* What to do: Below are lines of data, and only some are wanted. Please repeat exactly those from the line that has "#32=IFCINDEXEDPOLYGONALFACE((3,5,9,7));" through the line that has "#42=IFCINDEXEDPOLYGONALFACE((23,25,29,27));".

* Records excerpted from a collection:
——

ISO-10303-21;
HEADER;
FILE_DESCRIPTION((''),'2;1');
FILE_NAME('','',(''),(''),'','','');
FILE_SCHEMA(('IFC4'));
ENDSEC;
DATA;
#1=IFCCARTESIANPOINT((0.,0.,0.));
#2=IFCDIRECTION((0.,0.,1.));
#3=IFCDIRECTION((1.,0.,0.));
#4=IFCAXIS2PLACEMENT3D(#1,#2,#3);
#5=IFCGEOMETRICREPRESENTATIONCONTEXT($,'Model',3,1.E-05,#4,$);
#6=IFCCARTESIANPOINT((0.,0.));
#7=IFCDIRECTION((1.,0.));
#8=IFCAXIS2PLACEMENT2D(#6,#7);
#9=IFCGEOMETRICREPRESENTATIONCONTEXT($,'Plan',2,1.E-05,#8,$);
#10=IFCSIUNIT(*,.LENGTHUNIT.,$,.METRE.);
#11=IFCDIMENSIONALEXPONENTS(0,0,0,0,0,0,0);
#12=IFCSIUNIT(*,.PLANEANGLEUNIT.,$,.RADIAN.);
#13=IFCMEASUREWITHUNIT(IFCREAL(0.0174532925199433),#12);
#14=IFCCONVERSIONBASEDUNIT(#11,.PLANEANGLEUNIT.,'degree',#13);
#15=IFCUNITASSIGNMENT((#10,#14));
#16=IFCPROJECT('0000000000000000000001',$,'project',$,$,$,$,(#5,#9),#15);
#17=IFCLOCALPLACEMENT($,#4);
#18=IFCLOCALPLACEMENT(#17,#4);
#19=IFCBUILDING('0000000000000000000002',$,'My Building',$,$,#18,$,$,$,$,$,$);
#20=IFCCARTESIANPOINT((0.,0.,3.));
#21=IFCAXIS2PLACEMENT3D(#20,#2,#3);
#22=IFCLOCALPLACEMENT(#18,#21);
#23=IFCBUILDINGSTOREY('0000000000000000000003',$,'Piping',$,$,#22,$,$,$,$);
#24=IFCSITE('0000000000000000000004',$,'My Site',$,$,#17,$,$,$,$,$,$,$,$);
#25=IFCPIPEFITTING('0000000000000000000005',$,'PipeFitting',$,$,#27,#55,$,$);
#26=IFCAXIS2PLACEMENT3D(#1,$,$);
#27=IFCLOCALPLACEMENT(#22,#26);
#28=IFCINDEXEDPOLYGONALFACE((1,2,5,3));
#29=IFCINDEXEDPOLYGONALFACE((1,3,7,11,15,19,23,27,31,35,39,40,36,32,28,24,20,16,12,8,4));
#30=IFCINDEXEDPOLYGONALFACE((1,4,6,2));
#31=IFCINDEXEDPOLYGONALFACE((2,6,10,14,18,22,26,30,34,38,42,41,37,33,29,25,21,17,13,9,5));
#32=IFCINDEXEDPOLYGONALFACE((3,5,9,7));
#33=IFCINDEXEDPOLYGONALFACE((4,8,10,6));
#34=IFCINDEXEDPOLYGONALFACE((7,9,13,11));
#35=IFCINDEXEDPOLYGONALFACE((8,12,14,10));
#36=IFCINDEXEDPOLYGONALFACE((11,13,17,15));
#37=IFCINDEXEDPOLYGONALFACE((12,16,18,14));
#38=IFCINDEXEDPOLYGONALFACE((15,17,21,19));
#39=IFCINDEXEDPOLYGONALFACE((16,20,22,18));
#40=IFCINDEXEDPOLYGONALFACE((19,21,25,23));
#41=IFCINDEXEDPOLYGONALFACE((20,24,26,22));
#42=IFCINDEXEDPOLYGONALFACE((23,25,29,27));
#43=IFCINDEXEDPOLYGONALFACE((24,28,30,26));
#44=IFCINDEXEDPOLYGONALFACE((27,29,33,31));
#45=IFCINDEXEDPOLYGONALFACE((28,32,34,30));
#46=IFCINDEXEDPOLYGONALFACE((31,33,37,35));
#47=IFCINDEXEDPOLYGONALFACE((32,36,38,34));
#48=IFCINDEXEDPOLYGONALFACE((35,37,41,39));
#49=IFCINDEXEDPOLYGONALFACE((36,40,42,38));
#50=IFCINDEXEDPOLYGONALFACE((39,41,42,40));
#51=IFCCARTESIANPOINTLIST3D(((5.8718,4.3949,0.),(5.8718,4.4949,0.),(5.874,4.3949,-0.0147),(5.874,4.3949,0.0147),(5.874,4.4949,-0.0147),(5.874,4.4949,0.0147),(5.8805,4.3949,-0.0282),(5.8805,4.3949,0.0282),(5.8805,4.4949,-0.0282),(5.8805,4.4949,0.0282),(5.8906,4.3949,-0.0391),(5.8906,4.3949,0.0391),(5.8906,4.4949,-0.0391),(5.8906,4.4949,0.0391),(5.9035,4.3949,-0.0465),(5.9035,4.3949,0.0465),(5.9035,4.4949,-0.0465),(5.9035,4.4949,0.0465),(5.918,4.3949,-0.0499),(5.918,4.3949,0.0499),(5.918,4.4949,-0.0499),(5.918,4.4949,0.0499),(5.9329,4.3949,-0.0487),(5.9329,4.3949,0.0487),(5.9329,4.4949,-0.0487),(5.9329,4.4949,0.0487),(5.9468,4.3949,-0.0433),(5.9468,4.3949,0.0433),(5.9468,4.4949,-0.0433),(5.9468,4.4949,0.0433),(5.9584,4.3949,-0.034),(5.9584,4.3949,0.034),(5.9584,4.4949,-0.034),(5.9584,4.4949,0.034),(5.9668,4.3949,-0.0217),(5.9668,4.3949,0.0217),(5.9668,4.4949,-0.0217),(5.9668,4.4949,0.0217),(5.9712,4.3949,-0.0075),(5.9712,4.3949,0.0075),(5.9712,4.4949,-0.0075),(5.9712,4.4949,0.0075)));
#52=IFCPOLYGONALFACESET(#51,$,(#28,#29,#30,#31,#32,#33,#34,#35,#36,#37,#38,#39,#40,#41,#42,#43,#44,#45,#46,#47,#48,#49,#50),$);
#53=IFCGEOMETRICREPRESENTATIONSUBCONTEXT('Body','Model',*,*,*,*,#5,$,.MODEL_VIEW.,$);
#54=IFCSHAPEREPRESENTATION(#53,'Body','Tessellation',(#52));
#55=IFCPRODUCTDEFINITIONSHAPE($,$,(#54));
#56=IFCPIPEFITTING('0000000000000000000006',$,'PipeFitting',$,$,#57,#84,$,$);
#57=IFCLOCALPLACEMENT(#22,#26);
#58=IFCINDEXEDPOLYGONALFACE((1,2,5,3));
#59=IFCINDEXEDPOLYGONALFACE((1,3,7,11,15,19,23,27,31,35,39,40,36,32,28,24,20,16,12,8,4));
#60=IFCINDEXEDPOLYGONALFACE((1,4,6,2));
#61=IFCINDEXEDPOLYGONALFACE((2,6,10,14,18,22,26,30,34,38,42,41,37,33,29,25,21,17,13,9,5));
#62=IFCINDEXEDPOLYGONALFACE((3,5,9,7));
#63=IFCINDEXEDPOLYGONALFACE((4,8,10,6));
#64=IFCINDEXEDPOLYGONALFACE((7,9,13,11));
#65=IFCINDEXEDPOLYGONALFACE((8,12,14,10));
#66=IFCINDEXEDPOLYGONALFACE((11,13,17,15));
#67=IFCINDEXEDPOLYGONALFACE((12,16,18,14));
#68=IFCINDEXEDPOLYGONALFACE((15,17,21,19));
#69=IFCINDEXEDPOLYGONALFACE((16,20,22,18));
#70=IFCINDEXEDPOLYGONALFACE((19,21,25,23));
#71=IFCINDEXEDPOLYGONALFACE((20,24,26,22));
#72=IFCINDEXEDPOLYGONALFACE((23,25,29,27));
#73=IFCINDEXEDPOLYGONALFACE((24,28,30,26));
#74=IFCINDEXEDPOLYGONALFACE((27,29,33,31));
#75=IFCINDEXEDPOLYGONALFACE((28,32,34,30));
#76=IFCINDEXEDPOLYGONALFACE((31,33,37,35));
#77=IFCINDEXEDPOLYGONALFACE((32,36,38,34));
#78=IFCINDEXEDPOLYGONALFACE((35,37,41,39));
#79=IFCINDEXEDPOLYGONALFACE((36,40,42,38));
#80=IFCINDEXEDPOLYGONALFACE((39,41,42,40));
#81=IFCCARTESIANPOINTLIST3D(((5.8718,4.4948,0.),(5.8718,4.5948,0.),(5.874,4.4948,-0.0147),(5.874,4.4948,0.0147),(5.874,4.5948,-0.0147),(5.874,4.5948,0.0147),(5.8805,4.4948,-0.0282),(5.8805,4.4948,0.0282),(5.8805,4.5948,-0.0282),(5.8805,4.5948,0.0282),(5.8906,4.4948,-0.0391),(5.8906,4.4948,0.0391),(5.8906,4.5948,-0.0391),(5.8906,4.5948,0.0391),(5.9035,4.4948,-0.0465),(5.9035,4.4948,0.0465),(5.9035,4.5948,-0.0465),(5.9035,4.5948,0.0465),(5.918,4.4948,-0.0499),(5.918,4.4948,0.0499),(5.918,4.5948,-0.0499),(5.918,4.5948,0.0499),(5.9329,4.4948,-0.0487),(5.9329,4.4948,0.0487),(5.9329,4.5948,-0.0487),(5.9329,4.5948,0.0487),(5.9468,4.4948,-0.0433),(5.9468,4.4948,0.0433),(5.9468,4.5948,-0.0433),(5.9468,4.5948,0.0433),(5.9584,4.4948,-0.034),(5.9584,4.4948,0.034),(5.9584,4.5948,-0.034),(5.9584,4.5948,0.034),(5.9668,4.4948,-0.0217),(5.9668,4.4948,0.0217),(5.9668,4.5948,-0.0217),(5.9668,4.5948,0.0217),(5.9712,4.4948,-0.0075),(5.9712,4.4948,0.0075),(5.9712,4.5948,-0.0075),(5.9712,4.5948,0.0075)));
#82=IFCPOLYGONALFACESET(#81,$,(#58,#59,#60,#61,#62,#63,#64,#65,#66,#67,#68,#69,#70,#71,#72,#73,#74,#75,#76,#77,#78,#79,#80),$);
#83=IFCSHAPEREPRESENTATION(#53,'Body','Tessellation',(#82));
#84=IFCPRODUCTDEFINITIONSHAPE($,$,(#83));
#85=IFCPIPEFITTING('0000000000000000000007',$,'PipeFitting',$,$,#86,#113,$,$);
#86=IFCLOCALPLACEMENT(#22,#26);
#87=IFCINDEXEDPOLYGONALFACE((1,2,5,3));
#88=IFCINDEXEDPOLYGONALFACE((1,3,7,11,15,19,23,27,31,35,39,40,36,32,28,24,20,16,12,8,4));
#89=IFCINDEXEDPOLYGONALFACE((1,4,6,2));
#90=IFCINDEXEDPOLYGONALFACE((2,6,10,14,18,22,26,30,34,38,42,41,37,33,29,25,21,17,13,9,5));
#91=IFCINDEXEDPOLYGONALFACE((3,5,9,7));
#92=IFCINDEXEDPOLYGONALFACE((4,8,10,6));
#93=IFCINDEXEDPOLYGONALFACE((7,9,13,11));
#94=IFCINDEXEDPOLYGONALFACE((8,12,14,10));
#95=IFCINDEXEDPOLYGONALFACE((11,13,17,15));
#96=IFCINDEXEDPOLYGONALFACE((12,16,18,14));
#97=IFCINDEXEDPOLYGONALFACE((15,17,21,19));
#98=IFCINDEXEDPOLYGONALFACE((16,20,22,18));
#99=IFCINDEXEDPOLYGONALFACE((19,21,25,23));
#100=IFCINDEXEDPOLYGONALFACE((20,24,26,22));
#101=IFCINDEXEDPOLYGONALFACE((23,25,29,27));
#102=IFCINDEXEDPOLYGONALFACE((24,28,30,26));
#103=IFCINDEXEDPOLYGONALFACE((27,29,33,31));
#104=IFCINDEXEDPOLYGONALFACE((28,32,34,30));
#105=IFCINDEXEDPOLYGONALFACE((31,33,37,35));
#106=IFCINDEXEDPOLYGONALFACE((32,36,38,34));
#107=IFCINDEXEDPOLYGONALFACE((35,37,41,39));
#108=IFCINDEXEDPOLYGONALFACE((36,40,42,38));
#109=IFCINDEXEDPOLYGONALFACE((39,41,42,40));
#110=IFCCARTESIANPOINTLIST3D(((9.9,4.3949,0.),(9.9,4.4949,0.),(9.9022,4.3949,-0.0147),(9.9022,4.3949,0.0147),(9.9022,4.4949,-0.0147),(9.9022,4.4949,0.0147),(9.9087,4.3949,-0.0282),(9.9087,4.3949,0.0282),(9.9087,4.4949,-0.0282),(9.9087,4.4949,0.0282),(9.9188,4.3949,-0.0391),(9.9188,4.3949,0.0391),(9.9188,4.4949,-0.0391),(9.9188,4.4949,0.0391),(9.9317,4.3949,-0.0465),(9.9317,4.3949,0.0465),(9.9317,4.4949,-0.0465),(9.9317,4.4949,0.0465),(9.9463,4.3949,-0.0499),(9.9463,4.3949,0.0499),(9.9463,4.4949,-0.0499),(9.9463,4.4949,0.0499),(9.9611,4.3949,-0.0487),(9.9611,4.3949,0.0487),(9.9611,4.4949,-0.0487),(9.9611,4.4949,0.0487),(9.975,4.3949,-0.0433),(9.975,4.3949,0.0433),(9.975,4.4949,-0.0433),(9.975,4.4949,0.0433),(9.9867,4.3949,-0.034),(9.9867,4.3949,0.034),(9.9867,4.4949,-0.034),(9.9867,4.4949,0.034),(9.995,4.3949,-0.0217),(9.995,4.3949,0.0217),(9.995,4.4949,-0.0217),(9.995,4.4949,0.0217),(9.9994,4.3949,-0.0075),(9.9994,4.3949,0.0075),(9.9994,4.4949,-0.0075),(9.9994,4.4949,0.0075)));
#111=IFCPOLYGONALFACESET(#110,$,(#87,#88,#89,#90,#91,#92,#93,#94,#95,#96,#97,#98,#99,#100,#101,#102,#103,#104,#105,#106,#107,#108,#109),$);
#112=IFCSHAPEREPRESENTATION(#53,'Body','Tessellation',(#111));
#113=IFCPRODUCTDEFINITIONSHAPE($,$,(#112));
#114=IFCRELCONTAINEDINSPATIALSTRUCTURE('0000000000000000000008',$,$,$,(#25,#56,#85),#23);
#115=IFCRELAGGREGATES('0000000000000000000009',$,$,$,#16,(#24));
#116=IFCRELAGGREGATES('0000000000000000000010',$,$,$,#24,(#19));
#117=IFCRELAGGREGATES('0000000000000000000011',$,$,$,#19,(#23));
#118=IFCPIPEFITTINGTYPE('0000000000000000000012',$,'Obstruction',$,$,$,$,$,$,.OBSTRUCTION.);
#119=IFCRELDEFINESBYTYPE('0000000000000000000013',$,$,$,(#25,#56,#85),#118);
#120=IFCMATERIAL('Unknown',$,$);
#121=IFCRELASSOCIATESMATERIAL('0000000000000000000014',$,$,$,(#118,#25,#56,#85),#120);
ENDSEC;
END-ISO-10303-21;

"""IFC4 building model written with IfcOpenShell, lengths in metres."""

from ifc_helpers import new_model, entity, si_unit, converted_unit, frame, origin_with_axes, origin_2d_with_axis, place, context, subcontext, project, spatial, circle, extrude, material, material_profile, profile_set, profile_usage, type_object, element, save


model = new_model("IFC4")

# Units and contexts
model_context = context("Model", 3, precision=1e-05, world=origin_with_axes())
plan_context = context("Plan", 2, precision=1e-05, world=origin_2d_with_axis())
body_context = subcontext(model_context, "Body", "Model", "MODEL_VIEW")
ifc_project = project(units=[si_unit("LENGTHUNIT", "METRE"), converted_unit("PLANEANGLEUNIT", "degree", entity("IfcReal", 0.0174532925199433), si_unit("PLANEANGLEUNIT", "RADIAN"), dimensions=[0, 0, 0, 0, 0, 0, 0])], contexts=[model_context, plan_context])

# Site, building, storey
site_placement = place(None, origin_with_axes())
site = spatial("IfcSite", under=ifc_project, at=site_placement, Name="My Site")
building_placement = place(site_placement, origin_with_axes())
building = spatial("IfcBuilding", under=site, at=building_placement, Name="My Building")
storey_placement = place(building_placement, frame((0.0, 0.0, 3.0), z_axis=(0.0, 0.0, 1.0), x_axis=(1.0, 0.0, 0.0)))
storey = spatial("IfcBuildingStorey", under=building, at=storey_placement, Name="Piping")

# Shared definitions
ifc_material = material(Name="Unknown")

# Pipe fittings
ifc_material_profile_1 = material_profile(ifc_material, circle(Radius=0.05))
ifc_profile_set_1 = profile_set([ifc_material_profile_1])
pipe_fitting_type_1 = type_object("IfcPipeFittingType", Name="Obstruction", PredefinedType="OBSTRUCTION", material=ifc_profile_set_1)
ifc_profile_usage_1 = profile_usage(ifc_profile_set_1, cardinal=5)
pipe_fitting_1_placement = place(storey_placement, frame((5.9218, 4.3949, 0.0), z_axis=(0.0, 1.0, 0.0), x_axis=(-1.0, 0.0, 0.0)))
element("IfcPipeFitting", 1, at=pipe_fitting_1_placement, inside=storey, type_object=pipe_fitting_type_1, material=ifc_profile_usage_1, Name="PipeFitting", context=body_context, shape_type="SweptSolid", body=[
    extrude(circle(Radius=0.05), origin_with_axes(), (0.0, 0.0, 1.0), 0.1),
])
ifc_profile_usage_2 = profile_usage(ifc_profile_set_1, cardinal=5)
pipe_fitting_2_placement = place(storey_placement, frame((5.9218, 4.4948, 0.0), z_axis=(0.0, 1.0, 0.0), x_axis=(-1.0, 0.0, 0.0)))
element("IfcPipeFitting", 2, at=pipe_fitting_2_placement, inside=storey, type_object=pipe_fitting_type_1, material=ifc_profile_usage_2, Name="PipeFitting", context=body_context, shape_type="SweptSolid", body=[
    extrude(circle(Radius=0.05), origin_with_axes(), (0.0, 0.0, 1.0), 0.1),
])
ifc_profile_usage_3 = profile_usage(ifc_profile_set_1, cardinal=5)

——

* Task output:
#32=IFCINDEXEDPOLYGONALFACE((3,5,9,7));
#33=IFCINDEXEDPOLYGONALFACE((4,8,10,6));
#34=IFCINDEXEDPOLYGONALFACE((7,9,13,11));
#35=IFCINDEXEDPOLYGONALFACE((8,12,14,10));
#36=IFCINDEXEDPOLYGONALFACE((11,13,17,15));
#37=IFCINDEXEDPOLYGONALFACE((12,16,18,14));
#38=IFCINDEXEDPOLYGONALFACE((15,17,21,19));
#39=IFCINDEXEDPOLYGONALFACE((16,20,22,18));
#40=IFCINDEXEDPOLYGONALFACE((19,21,25,23));
#41=IFCINDEXEDPOLYGONALFACE((20,24,26,22));
#42=IFCINDEXEDPOLYGONALFACE((23,25,29,27));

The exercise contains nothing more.